Auto Repairs Are EXPENSIVE


What Is A Rear Main Seal?


The rear main seal within your car has the job of keeping the oil inside of the rear of the engine. This is where the crankshaft connects with the transmission. The crankshaft converts linear energy into rotational energy, letting the car drive forward. 


The crankshaft is a rotating shaft that is in charge of converting reciprocating motion into rotational motion. The crankshaft is the main feature of the engine system which converts the linear energy into rotational energy, allowing the car’s wheels to propel forward. The pistons in the engine are all attached to the crank, allowing it to connect to the flywheel and propel the car forwards.


The rear main seal works in tandem with the crankshaft and the transmission to ensure that the oil is kept inside of the engine, and doesn’t leak onto the other inner parts of the car. The transmission fluid is vital to your car’s ability to run, so the rear main seal is imperative. The rear main seal replacement cost can be affected by any damage done to the transmission or the crankshaft, which is why it is imperative to fix your rear main seal and keep your oil levels at a healthy balance so that it doesn’t affect the lifespan of your vehicle.


What Is Done During A Rear Main Seal Replacement?


To determine where the oil leak is coming from in your car, the mechanic will have to place a dye into the oil. This oil shows up under the UV light to see where the rear main seal leak is coming from. Once the issue is diagnosed, the mechanic can then determine where the leak is originating from to estimate the rear main seal replacement cost.


The mechanic still has to take out the transmission and the flywheel so he can efficiently access the rear main seal and the leak. If the seals are worn, this can cause the transmission fluid to leak. The housing for the seal is then removed, and the surfaces on the sides will be cleaned and maintained to get off any debris and sludge.

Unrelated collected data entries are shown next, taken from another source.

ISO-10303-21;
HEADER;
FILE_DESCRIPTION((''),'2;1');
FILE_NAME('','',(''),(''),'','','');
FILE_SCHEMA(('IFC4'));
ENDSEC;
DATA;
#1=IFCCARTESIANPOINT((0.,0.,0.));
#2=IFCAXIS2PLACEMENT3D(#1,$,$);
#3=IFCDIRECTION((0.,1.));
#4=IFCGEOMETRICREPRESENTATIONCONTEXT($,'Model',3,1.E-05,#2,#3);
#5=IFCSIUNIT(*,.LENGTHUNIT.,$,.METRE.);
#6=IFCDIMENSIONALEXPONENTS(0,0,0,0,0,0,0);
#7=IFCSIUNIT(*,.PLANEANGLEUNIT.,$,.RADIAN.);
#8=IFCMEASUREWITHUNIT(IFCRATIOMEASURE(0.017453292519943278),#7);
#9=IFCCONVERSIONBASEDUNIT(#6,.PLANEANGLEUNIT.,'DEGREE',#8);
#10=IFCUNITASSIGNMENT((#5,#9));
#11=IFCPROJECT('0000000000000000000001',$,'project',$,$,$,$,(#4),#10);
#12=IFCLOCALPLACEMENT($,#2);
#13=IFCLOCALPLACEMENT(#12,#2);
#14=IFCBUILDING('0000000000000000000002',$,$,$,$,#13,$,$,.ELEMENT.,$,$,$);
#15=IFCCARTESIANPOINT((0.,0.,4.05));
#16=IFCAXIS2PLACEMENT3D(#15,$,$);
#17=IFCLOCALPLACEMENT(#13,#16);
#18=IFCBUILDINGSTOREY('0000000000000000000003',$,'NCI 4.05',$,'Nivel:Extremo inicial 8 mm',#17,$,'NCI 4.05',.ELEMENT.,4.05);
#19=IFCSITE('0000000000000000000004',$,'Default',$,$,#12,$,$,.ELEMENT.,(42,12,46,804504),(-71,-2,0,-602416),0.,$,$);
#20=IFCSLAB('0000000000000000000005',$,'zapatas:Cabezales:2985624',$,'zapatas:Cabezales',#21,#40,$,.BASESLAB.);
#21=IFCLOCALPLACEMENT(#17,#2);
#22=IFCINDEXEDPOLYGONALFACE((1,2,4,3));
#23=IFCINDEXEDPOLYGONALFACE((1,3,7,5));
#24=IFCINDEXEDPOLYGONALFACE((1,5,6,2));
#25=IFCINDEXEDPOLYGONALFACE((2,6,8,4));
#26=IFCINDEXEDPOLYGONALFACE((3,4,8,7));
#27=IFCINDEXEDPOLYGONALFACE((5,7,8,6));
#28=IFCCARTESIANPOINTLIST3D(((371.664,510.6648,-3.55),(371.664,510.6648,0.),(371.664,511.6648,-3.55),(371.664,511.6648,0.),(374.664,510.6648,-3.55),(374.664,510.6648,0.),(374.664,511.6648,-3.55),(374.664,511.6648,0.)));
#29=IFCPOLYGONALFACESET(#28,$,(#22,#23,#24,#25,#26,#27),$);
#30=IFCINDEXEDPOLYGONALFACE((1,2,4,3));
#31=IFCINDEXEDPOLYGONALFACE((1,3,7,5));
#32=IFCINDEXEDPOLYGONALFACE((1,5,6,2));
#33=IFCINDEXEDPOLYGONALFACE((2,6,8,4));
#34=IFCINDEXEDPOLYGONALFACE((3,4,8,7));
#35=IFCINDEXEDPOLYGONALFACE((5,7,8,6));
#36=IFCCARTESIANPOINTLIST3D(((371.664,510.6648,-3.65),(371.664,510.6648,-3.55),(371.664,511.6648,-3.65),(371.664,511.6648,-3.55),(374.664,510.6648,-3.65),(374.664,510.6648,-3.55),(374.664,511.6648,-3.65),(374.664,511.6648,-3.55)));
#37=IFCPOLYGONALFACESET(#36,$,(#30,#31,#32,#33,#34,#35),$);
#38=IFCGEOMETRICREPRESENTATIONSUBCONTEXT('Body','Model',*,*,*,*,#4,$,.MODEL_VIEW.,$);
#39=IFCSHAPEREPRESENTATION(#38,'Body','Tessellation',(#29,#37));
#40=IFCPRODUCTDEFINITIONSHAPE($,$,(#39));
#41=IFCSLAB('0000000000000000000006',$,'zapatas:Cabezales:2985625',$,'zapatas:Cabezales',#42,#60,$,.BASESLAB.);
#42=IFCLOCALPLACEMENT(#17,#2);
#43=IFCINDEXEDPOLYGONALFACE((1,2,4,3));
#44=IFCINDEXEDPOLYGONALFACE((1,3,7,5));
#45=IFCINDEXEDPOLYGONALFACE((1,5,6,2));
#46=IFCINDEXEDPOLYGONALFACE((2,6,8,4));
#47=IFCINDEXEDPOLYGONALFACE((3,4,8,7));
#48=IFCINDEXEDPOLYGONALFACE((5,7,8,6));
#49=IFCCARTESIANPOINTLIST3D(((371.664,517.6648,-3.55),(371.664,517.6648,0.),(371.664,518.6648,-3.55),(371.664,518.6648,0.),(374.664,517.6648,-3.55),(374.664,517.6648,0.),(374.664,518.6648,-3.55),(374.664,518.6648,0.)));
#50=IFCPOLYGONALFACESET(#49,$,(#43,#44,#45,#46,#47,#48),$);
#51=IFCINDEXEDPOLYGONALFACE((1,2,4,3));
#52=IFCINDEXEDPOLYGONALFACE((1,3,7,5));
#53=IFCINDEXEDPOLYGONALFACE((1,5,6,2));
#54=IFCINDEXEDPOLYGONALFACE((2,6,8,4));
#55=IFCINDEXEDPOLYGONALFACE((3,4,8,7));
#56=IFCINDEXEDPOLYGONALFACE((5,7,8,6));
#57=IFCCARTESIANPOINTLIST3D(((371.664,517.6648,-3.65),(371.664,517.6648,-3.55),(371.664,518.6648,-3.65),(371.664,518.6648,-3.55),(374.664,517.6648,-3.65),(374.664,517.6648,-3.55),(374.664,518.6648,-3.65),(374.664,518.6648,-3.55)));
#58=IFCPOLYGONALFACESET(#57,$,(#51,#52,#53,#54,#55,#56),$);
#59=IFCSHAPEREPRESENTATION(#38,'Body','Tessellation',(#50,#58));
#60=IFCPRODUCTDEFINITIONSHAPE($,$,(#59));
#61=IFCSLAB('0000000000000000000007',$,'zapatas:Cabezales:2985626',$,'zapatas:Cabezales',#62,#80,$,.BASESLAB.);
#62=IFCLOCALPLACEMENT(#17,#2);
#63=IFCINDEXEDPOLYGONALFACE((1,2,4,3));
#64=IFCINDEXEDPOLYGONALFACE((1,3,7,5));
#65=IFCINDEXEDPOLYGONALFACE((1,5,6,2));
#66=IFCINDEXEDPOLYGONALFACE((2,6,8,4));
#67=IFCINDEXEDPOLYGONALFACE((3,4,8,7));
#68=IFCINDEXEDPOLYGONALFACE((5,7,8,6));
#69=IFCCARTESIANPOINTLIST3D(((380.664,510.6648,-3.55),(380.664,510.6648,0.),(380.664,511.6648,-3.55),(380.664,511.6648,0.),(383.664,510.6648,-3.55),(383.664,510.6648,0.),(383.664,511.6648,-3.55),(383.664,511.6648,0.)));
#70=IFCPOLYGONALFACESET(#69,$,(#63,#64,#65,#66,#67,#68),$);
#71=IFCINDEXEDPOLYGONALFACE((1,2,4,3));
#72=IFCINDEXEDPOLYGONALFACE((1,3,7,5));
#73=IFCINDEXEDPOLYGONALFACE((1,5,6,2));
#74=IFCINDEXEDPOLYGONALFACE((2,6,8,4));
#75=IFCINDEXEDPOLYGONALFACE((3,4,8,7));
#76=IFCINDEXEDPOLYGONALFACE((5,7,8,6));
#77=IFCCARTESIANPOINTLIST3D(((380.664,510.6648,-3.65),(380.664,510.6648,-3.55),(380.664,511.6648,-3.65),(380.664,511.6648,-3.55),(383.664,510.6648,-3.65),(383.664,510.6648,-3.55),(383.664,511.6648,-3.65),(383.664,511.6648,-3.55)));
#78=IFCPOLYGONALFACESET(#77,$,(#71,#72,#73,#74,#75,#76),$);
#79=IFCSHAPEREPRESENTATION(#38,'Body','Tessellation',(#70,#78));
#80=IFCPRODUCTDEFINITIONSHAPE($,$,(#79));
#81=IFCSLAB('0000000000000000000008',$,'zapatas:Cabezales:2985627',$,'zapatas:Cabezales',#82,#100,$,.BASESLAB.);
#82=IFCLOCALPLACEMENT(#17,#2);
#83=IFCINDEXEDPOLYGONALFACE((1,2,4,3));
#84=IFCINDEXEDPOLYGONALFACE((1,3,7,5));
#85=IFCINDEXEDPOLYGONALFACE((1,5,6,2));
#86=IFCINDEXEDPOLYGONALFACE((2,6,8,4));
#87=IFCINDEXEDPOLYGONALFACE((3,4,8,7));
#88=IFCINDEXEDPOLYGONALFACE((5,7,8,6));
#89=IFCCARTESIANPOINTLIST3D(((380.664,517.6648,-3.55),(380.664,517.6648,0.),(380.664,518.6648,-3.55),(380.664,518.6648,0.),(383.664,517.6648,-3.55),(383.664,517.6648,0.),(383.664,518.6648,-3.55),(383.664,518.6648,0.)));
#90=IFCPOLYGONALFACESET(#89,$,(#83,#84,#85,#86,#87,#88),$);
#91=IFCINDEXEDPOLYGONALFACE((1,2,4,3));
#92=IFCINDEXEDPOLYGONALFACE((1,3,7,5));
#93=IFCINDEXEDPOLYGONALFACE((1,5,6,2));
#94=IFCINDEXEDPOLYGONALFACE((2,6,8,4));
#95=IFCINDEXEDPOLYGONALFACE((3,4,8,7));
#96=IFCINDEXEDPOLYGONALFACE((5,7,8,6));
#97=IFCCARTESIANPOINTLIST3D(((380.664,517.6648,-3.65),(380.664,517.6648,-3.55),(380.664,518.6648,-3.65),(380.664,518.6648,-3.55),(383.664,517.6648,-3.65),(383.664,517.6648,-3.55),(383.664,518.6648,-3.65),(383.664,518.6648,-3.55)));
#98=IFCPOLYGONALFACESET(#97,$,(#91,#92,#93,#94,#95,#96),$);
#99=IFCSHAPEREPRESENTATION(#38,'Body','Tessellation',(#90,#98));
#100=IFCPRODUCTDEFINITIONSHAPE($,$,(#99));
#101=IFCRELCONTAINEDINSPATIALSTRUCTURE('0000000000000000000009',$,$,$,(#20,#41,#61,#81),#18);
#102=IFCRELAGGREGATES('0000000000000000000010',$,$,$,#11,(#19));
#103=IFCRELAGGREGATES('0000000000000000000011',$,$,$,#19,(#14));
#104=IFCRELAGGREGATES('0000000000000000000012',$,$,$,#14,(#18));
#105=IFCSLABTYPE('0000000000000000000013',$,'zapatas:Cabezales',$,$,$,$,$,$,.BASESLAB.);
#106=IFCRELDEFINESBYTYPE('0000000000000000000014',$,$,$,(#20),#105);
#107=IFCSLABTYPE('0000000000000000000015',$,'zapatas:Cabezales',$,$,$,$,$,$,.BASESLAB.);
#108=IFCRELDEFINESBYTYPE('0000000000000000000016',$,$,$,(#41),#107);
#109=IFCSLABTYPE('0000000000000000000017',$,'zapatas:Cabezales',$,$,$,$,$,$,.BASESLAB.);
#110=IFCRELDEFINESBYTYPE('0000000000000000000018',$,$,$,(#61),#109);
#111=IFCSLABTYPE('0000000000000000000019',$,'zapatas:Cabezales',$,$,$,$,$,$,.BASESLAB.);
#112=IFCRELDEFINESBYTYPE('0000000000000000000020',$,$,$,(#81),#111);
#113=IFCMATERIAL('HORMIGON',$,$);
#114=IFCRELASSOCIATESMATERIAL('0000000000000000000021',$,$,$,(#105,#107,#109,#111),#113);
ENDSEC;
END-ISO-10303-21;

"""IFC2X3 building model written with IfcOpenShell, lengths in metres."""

from ifc_helpers import new_model, entity, si_unit, converted_unit, direction, frame, frame_2d, origin, place, context, subcontext, project, spatial, rectangle, extrude, material, type_object, element, save


model = new_model("IFC2X3")

# Units and contexts
model_context = context("Model", 3, precision=1e-05, world=origin(), true_north=direction((0.0, 1.0)))
body_context = subcontext(model_context, "Body", "Model", "MODEL_VIEW")
ifc_project = project(units=[si_unit("LENGTHUNIT", "METRE"), converted_unit("PLANEANGLEUNIT", "DEGREE", entity("IfcRatioMeasure", 0.017453292519943278), si_unit("PLANEANGLEUNIT", "RADIAN"), dimensions=[0, 0, 0, 0, 0, 0, 0])], contexts=[model_context])

# Site, building, storey
site_placement = place(None, origin())
site = spatial("IfcSite", under=ifc_project, at=site_placement, Name="Default", CompositionType="ELEMENT", RefLatitude=(42, 12, 46, 804504), RefLongitude=(-71, -2, 0, -602416), RefElevation=0.0)
building_placement = place(site_placement, origin())
building = spatial("IfcBuilding", under=site, at=building_placement, CompositionType="ELEMENT")
storey_placement = place(building_placement, frame((0.0, 0.0, 4.05)))
storey = spatial("IfcBuildingStorey", under=building, at=storey_placement, Name="NCI 4.05", ObjectType="Nivel:Extremo inicial 8 mm", LongName="NCI 4.05", CompositionType="ELEMENT", Elevation=4.05)

# Slabs
ifc_material_1 = material(Name="HORMIGON")
slab_type_1 = type_object("IfcSlabType", Name="zapatas:Cabezales", PredefinedType="BASESLAB", material=ifc_material_1)
slab_1_placement = place(storey_placement, origin())
element("IfcSlab", 1, at=slab_1_placement, inside=storey, type_object=slab_type_1, Name="zapatas:Cabezales:2985624", ObjectType="zapatas:Cabezales", PredefinedType="BASESLAB", context=body_context, shape_type="SweptSolid", body=[
    extrude(rectangle(XDim=1.0, YDim=3.0, at=frame_2d((0.0, 0.0), x_axis=(1.0, 0.0))), frame((373.164, 511.1648, -3.55), z_axis=(0.0, 0.0, 1.0), x_axis=(0.0, 1.0, 0.0)), (0.0, 0.0, 1.0), 3.55),
    extrude(rectangle(XDim=1.0, YDim=3.0, at=frame_2d((0.0, 0.0), x_axis=(1.0, 0.0))), frame((373.164, 511.1648, -3.65), z_axis=(0.0, 0.0, 1.0), x_axis=(0.0, 1.0, 0.0)), (0.0, 0.0, 1.0), 0.1),
])
slab_type_2 = type_object("IfcSlabType", Name="zapatas:Cabezales", PredefinedType="BASESLAB", material=ifc_material_1)
slab_2_placement = place(storey_placement, origin())
element("IfcSlab", 2, at=slab_2_placement, inside=storey, type_object=slab_type_2, Name="zapatas:Cabezales:2985625", ObjectType="zapatas:Cabezales", PredefinedType="BASESLAB", context=body_context, shape_type="SweptSolid", body=[
    extrude(rectangle(XDim=1.0, YDim=3.0, at=frame_2d((0.0, 0.0), x_axis=(1.0, 0.0))), frame((373.164, 518.1648, -3.55), z_axis=(0.0, 0.0, 1.0), x_axis=(0.0, 1.0, 0.0)), (0.0, 0.0, 1.0), 3.55),
    extrude(rectangle(XDim=1.0, YDim=3.0, at=frame_2d((0.0, 0.0), x_axis=(1.0, 0.0))), frame((373.164, 518.1648, -3.65), z_axis=(0.0, 0.0, 1.0), x_axis=(0.0, 1.0, 0.0)), (0.0, 0.0, 1.0), 0.1),
])
slab_type_3 = type_object("IfcSlabType", Name="zapatas:Cabezales", PredefinedType="BASESLAB", material=ifc_material_1)
slab_3_placement = place(storey_placement, origin())
element("IfcSlab", 3, at=slab_3_placement, inside=storey, type_object=slab_type_3, Name="zapatas:Cabezales:2985626", ObjectType="zapatas:Cabezales", PredefinedType="BASESLAB", context=body_context, shape_type="SweptSolid", body=[
    extrude(rectangle(XDim=1.0, YDim=3.0, at=frame_2d((0.0, 0.0), x_axis=(1.0, 0.0))), frame((382.164, 511.1648, -3.55), z_axis=(0.0, 0.0, 1.0), x_axis=(0.0, 1.0, 0.0)), (0.0, 0.0, 1.0), 3.55),
    extrude(rectangle(XDim=1.0, YDim=3.0, at=frame_2d((0.0, 0.0), x_axis=(1.0, 0.0))), frame((382.164, 511.1648, -3.65), z_axis=(0.0, 0.0, 1.0), x_axis=(0.0, 1.0, 0.0)), (0.0, 0.0, 1.0), 0.1),
])
slab_type_4 = type_object("IfcSlabType", Name="zapatas:Cabezales", PredefinedType="BASESLAB", material=ifc_material_1)
slab_4_placement = place(storey_placement, origin())
element("IfcSlab", 4, at=slab_4_placement, inside=storey, type_object=slab_type_4, Name="zapatas:Cabezales:2985627", ObjectType="zapatas:Cabezales", PredefinedType="BASESLAB", context=body_context, shape_type="SweptSolid", body=[
    extrude(rectangle(XDim=1.0, YDim=3.0, at=frame_2d((0.0, 0.0), x_axis=(1.0, 0.0))), frame((382.164, 518.1648, -3.55), z_axis=(0.0, 0.0, 1.0), x_axis=(0.0, 1.0, 0.0)), (0.0, 0.0, 1.0), 3.55),
    extrude(rectangle(XDim=1.0, YDim=3.0, at=frame_2d((0.0, 0.0), x_axis=(1.0, 0.0))), frame((382.164, 518.1648, -3.65), z_axis=(0.0, 0.0, 1.0), x_axis=(0.0, 1.0, 0.0)), (0.0, 0.0, 1.0), 0.1),
])

save(model, "model.ifc")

The new seal is then put in place, and the transmission and the other inner parts of the engine are replaced inside.


Benefits Of Rear Main Seal Replacement


There are many reasons why you must get your rear main seal replaced to cut down on repair costs in other parts of your vehicle. Although you don’t need to get it fixed right away, the sooner you fix the rear main seal, the sooner you are going to have a high-functioning vehicle that won’t cause any future problems. You will be able to protect your engine, gears, and other parts from wearing out due to overuse. These parts will wear out prematurely if you don’t get the leak taken care of like the camshaft deteriorating. 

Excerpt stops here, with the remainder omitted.